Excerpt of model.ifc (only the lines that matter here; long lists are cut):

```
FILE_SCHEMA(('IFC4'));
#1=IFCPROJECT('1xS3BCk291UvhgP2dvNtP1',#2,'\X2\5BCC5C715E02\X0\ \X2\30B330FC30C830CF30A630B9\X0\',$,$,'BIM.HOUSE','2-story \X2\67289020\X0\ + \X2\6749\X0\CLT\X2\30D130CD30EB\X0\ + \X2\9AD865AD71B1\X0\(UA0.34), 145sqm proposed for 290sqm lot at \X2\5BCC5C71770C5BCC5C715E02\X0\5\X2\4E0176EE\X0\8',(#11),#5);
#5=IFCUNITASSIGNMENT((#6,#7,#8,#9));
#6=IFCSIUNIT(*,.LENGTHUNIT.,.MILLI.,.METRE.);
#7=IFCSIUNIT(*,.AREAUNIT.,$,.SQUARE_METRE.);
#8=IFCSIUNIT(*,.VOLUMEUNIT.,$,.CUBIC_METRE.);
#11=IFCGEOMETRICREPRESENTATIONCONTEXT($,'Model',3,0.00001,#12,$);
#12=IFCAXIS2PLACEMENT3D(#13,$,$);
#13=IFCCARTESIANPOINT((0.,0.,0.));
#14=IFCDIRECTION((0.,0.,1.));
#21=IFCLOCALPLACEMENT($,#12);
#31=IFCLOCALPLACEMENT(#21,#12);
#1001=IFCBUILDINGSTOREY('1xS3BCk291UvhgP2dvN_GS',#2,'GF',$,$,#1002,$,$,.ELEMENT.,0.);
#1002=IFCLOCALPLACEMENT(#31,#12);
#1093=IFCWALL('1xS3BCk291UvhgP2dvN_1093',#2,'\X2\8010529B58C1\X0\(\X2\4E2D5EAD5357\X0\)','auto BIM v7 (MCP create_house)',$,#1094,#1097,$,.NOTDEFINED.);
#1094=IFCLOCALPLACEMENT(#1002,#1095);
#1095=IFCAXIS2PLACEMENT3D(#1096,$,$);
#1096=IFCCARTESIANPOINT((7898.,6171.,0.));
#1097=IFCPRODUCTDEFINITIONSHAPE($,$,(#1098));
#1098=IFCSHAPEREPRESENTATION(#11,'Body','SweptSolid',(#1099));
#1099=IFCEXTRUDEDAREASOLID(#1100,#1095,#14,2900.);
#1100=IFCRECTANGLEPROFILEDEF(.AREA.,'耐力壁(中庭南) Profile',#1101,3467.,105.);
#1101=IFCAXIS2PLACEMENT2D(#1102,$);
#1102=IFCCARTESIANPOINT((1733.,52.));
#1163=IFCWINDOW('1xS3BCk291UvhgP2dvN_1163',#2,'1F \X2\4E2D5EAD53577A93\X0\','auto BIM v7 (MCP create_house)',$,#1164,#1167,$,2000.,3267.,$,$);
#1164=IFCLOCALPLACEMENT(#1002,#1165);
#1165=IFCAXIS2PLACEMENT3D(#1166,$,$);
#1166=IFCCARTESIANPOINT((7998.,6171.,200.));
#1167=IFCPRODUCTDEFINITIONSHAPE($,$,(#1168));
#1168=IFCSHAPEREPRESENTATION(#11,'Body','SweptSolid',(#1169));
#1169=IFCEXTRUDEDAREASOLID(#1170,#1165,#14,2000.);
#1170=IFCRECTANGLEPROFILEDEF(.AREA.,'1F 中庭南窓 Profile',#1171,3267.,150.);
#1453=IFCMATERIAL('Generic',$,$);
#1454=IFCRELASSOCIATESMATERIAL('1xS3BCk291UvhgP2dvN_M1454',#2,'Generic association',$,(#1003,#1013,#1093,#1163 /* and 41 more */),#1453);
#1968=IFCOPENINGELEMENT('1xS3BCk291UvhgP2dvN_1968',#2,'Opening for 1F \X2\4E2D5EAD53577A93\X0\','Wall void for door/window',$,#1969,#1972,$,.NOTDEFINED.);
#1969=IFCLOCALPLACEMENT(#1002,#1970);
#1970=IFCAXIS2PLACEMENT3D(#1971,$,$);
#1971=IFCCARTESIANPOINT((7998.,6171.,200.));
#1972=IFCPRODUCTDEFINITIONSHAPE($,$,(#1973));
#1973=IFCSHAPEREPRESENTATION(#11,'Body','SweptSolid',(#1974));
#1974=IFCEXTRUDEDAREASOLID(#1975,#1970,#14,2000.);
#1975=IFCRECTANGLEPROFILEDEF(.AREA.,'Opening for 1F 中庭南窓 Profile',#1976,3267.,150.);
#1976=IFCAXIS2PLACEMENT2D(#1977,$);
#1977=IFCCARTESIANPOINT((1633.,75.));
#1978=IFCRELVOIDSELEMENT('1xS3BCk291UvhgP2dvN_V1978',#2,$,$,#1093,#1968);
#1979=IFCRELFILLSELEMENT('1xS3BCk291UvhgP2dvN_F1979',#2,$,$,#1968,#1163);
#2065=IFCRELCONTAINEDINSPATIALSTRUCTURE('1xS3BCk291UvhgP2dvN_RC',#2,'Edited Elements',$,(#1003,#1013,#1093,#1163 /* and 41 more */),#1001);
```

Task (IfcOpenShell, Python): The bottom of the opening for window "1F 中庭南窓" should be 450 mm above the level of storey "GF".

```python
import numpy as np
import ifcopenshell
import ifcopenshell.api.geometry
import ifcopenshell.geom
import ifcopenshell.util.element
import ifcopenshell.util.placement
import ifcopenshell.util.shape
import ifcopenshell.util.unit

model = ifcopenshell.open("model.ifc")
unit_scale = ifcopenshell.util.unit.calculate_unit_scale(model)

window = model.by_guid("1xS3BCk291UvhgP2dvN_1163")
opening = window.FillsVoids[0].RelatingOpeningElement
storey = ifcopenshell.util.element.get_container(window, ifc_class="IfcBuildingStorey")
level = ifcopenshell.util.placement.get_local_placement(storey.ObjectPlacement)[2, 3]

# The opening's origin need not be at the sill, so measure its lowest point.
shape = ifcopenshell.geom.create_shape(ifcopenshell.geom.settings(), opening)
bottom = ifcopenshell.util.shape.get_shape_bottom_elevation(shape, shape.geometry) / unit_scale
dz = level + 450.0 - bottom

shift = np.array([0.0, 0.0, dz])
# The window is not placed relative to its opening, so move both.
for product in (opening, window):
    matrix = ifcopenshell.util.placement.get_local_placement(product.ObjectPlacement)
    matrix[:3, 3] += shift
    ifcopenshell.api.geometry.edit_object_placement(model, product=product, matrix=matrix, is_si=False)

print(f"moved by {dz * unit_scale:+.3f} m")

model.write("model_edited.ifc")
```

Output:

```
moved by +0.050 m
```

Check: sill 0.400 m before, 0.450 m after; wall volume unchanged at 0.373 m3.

_ _ _

__Task to carry out__: When a line in the records holds the string "SweptSolid", copy that line.

__Written reply__:
#1098=IFCSHAPEREPRESENTATION(#11,'Body','SweptSolid',(#1099));
#1168=IFCSHAPEREPRESENTATION(#11,'Body','SweptSolid',(#1169));
#1973=IFCSHAPEREPRESENTATION(#11,'Body','SweptSolid',(#1974));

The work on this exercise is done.